◆ Task instructions:
Copies of all lines containing the string "IFCINDEXEDPOLYCURVE" are needed from the data below.

*** Extracted records ***

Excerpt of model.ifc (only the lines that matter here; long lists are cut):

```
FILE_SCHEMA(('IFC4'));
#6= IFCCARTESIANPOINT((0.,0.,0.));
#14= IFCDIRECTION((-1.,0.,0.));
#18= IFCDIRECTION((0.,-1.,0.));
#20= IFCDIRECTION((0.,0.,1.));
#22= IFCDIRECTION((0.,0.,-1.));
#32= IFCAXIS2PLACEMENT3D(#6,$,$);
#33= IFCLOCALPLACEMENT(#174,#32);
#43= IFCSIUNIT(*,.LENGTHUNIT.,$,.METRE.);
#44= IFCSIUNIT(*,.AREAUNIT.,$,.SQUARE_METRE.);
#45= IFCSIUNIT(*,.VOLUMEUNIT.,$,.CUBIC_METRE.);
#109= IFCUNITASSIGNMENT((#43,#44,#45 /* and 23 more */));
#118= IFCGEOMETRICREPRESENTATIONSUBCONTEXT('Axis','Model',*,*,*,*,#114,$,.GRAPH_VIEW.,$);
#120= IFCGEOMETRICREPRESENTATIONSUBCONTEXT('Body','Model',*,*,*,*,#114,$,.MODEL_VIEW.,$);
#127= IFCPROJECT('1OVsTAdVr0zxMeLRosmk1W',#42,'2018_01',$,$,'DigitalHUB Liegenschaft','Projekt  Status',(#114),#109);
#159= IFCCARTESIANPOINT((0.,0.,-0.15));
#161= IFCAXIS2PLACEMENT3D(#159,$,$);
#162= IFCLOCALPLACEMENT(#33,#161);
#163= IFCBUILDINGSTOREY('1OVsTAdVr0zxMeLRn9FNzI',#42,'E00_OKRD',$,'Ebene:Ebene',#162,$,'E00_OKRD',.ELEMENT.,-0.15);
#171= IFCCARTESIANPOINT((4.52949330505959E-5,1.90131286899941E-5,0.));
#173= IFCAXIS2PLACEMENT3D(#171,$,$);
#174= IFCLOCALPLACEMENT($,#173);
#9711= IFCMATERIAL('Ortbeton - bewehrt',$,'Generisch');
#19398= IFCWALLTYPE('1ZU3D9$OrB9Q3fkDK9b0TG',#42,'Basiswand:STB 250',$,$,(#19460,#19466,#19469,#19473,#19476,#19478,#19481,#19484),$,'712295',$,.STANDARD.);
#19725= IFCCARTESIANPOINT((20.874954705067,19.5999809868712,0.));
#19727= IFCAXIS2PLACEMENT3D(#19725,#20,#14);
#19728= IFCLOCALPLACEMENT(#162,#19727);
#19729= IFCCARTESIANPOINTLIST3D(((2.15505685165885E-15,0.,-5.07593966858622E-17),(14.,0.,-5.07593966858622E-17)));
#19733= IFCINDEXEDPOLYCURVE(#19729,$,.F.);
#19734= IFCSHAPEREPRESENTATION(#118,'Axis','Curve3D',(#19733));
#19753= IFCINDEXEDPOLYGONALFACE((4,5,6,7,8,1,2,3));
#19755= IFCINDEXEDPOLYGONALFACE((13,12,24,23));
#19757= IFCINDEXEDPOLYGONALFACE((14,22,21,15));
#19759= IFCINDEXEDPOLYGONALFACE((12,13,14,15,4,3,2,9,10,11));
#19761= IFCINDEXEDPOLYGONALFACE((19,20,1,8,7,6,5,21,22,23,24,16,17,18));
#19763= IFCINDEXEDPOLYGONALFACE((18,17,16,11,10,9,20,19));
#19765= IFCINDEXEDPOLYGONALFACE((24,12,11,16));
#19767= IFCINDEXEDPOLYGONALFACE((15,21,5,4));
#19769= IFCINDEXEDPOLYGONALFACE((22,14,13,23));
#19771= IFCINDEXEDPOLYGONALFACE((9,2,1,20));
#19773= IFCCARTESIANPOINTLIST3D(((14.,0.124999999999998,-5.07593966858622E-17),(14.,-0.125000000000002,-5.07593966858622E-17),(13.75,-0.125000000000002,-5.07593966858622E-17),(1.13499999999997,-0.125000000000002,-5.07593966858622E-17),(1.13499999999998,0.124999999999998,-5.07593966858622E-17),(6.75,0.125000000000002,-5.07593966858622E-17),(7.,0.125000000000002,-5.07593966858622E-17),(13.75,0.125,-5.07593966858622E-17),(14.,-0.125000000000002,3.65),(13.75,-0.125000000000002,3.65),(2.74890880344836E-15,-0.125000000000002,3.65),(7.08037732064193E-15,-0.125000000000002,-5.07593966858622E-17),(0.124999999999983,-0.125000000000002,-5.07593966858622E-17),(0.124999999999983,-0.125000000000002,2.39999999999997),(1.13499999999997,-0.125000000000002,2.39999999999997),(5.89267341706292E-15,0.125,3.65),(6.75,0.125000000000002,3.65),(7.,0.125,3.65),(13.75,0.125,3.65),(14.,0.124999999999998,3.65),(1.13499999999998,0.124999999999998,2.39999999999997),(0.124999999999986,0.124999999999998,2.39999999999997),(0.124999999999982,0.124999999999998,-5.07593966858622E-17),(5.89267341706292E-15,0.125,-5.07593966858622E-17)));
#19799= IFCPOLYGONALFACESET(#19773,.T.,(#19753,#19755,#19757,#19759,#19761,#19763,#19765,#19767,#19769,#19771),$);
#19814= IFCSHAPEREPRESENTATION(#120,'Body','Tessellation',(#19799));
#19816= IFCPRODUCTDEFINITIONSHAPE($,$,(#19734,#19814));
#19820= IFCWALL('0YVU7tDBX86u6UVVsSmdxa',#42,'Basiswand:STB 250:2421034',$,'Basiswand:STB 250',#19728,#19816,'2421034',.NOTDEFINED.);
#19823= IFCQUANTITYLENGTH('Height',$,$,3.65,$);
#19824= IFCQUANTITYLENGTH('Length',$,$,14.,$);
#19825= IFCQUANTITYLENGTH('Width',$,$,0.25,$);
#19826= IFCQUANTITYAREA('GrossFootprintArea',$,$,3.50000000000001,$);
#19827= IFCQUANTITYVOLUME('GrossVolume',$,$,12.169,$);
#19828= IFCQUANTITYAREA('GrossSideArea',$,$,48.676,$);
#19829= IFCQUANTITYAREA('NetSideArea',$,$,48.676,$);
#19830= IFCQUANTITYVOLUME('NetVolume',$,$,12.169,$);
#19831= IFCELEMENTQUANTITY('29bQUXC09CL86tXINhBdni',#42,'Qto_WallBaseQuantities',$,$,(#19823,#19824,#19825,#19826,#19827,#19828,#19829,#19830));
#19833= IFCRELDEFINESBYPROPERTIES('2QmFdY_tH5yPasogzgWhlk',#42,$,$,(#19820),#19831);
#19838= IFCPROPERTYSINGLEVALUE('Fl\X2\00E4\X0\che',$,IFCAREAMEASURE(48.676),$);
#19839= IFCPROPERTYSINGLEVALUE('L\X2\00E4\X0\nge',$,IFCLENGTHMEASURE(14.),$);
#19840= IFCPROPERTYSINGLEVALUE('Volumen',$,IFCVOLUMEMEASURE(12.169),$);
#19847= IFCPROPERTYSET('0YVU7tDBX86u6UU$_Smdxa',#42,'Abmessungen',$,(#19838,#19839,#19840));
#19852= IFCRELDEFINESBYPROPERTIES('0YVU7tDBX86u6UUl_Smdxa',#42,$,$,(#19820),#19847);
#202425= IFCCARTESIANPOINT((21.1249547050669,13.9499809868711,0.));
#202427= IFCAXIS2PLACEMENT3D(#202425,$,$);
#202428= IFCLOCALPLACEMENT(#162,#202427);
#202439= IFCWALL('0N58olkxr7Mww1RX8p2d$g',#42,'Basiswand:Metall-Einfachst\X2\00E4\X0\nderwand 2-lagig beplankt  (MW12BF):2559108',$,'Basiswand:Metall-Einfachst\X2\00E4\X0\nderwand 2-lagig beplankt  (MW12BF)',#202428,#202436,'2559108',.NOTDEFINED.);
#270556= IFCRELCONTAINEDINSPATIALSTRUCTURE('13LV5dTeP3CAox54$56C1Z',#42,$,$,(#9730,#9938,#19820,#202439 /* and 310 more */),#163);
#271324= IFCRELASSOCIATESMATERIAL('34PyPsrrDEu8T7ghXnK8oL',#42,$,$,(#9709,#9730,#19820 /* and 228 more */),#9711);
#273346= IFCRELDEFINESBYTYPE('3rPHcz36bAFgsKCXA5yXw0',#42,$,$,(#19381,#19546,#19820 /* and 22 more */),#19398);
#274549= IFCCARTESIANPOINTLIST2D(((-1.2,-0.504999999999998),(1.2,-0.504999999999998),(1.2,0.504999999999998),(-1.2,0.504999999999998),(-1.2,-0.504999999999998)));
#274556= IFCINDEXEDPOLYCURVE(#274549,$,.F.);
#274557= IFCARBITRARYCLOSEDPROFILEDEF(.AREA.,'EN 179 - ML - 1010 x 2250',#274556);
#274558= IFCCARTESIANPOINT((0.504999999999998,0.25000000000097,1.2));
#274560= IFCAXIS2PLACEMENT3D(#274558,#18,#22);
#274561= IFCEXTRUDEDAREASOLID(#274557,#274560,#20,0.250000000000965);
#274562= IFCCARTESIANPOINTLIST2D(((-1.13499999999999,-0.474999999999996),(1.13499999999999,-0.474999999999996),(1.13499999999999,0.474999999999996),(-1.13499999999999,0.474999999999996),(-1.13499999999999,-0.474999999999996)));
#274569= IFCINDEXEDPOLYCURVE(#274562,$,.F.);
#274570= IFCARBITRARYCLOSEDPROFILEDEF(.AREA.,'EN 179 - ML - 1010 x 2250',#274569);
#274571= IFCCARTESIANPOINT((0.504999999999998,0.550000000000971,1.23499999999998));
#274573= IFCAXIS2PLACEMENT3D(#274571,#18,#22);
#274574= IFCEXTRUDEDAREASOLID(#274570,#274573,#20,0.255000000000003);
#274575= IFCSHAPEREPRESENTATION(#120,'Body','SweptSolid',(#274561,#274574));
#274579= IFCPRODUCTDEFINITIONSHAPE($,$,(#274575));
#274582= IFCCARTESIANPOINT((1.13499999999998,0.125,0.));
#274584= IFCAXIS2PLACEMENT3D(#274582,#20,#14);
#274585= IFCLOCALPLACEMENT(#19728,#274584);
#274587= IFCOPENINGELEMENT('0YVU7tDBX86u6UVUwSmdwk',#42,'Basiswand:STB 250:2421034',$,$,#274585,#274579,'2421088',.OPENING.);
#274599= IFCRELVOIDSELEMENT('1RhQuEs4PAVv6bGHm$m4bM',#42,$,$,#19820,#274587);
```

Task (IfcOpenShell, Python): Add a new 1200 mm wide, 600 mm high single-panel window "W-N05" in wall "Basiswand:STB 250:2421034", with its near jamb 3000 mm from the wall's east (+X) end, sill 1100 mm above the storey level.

```python
import numpy as np
import ifcopenshell
import ifcopenshell.api.feature
import ifcopenshell.api.geometry
import ifcopenshell.api.pset
import ifcopenshell.api.root
import ifcopenshell.api.spatial
import ifcopenshell.geom
import ifcopenshell.util.element
import ifcopenshell.util.placement
import ifcopenshell.util.representation
import ifcopenshell.util.shape
import ifcopenshell.util.unit

model = ifcopenshell.open("model.ifc")
unit_scale = ifcopenshell.util.unit.calculate_unit_scale(model)
area_scale = ifcopenshell.util.unit.calculate_unit_scale(model, "AREAUNIT")
volume_scale = ifcopenshell.util.unit.calculate_unit_scale(model, "VOLUMEUNIT")
settings = ifcopenshell.geom.settings()


def volume(element):
    """Net volume in cubic metres, openings subtracted."""
    shape = ifcopenshell.geom.create_shape(settings, element)
    return ifcopenshell.util.shape.get_volume(shape.geometry)


wall = model.by_guid("0YVU7tDBX86u6UVVsSmdxa")
storey = ifcopenshell.util.element.get_container(wall, ifc_class="IfcBuildingStorey")
context = ifcopenshell.util.representation.get_context(model, "Model", "Body", "MODEL_VIEW")
before = volume(wall)

width, height, from_end, sill = 1.2, 0.6, 3, 1.1  # metres

# The wall runs along its own X axis, and the end named is its -X end.
wall_shape = ifcopenshell.geom.create_shape(settings, wall)
x, y, z = ifcopenshell.util.shape.get_vertices(wall_shape.geometry).T
start = x.min() + from_end
face, thickness = float(y.min()), float(y.max() - y.min())
wall_matrix = ifcopenshell.util.placement.get_local_placement(wall.ObjectPlacement)
level = ifcopenshell.util.placement.get_local_placement(storey.ObjectPlacement)[2, 3]


def in_wall(x, y):
    """Placement at x, y metres in the wall's axes, at sill height."""
    matrix = wall_matrix.copy()
    matrix[:, 3] = wall_matrix @ np.array([x / unit_scale, y / unit_scale, 0.0, 1.0])
    matrix[2, 3] = level + sill / unit_scale
    return matrix


# Opening: a box that overshoots both wall faces by 50 mm.
opening = ifcopenshell.api.root.create_entity(model, ifc_class="IfcOpeningElement", predefined_type="OPENING")
box = ifcopenshell.api.geometry.add_wall_representation(
    model, context=context, length=width, height=height, thickness=thickness + 0.1
)
ifcopenshell.api.geometry.assign_representation(model, product=opening, representation=box)
ifcopenshell.api.geometry.edit_object_placement(model, product=opening, matrix=in_wall(start, face - 0.05), is_si=False)
ifcopenshell.api.feature.add_feature(model, feature=opening, element=wall)

window = ifcopenshell.api.root.create_entity(model, ifc_class="IfcWindow", name="W-N05", predefined_type="WINDOW")
window.OverallWidth, window.OverallHeight = width / unit_scale, height / unit_scale
window.PartitioningType = "SINGLE_PANEL"
body = ifcopenshell.api.geometry.add_window_representation(
    model,
    context=context,
    overall_width=window.OverallWidth,
    overall_height=window.OverallHeight,
    partition_type="SINGLE_PANEL",
)
ifcopenshell.api.geometry.assign_representation(model, product=window, representation=body)
ifcopenshell.api.spatial.assign_container(model, products=[window], relating_structure=storey)
ifcopenshell.api.feature.add_filling(model, opening=opening, element=window)

# Centre the window in the wall's thickness.
ifcopenshell.api.geometry.edit_object_placement(model, product=window, matrix=in_wall(start, face), is_si=False)
window_shape = ifcopenshell.geom.create_shape(settings, window)
depth = ifcopenshell.util.shape.get_vertices(window_shape.geometry)[:, 1]
offset = face + thickness / 2 - (depth.min() + depth.max()) / 2
ifcopenshell.api.geometry.edit_object_placement(model, product=window, matrix=in_wall(start, offset), is_si=False)

after = volume(wall)

# Update the wall's stored quantities.
qto = model.by_id(ifcopenshell.util.element.get_pset(wall, "Qto_WallBaseQuantities", should_inherit=False)["id"])
ifcopenshell.api.pset.edit_qto(model, qto=qto, properties={
    "NetSideArea": after / thickness / area_scale,
    "NetVolume": after / volume_scale,
})
pset = model.by_id(ifcopenshell.util.element.get_pset(wall, "Abmessungen", should_inherit=False)["id"])
ifcopenshell.api.pset.edit_pset(model, pset=pset, properties={
    "Fläche": model.create_entity("IfcAreaMeasure", after / thickness / area_scale),
    "Volumen": model.create_entity("IfcVolumeMeasure", after / volume_scale),
})

print(f"wall volume {before:.3f} -> {after:.3f} m3")

model.write("model_updated.ifc")
```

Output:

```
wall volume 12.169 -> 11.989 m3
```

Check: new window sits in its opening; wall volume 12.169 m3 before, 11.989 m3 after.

***

◆ Response to this exercise:
#19733= IFCINDEXEDPOLYCURVE(#19729,$,.F.);
#274556= IFCINDEXEDPOLYCURVE(#274549,$,.F.);
#274569= IFCINDEXEDPOLYCURVE(#274562,$,.F.);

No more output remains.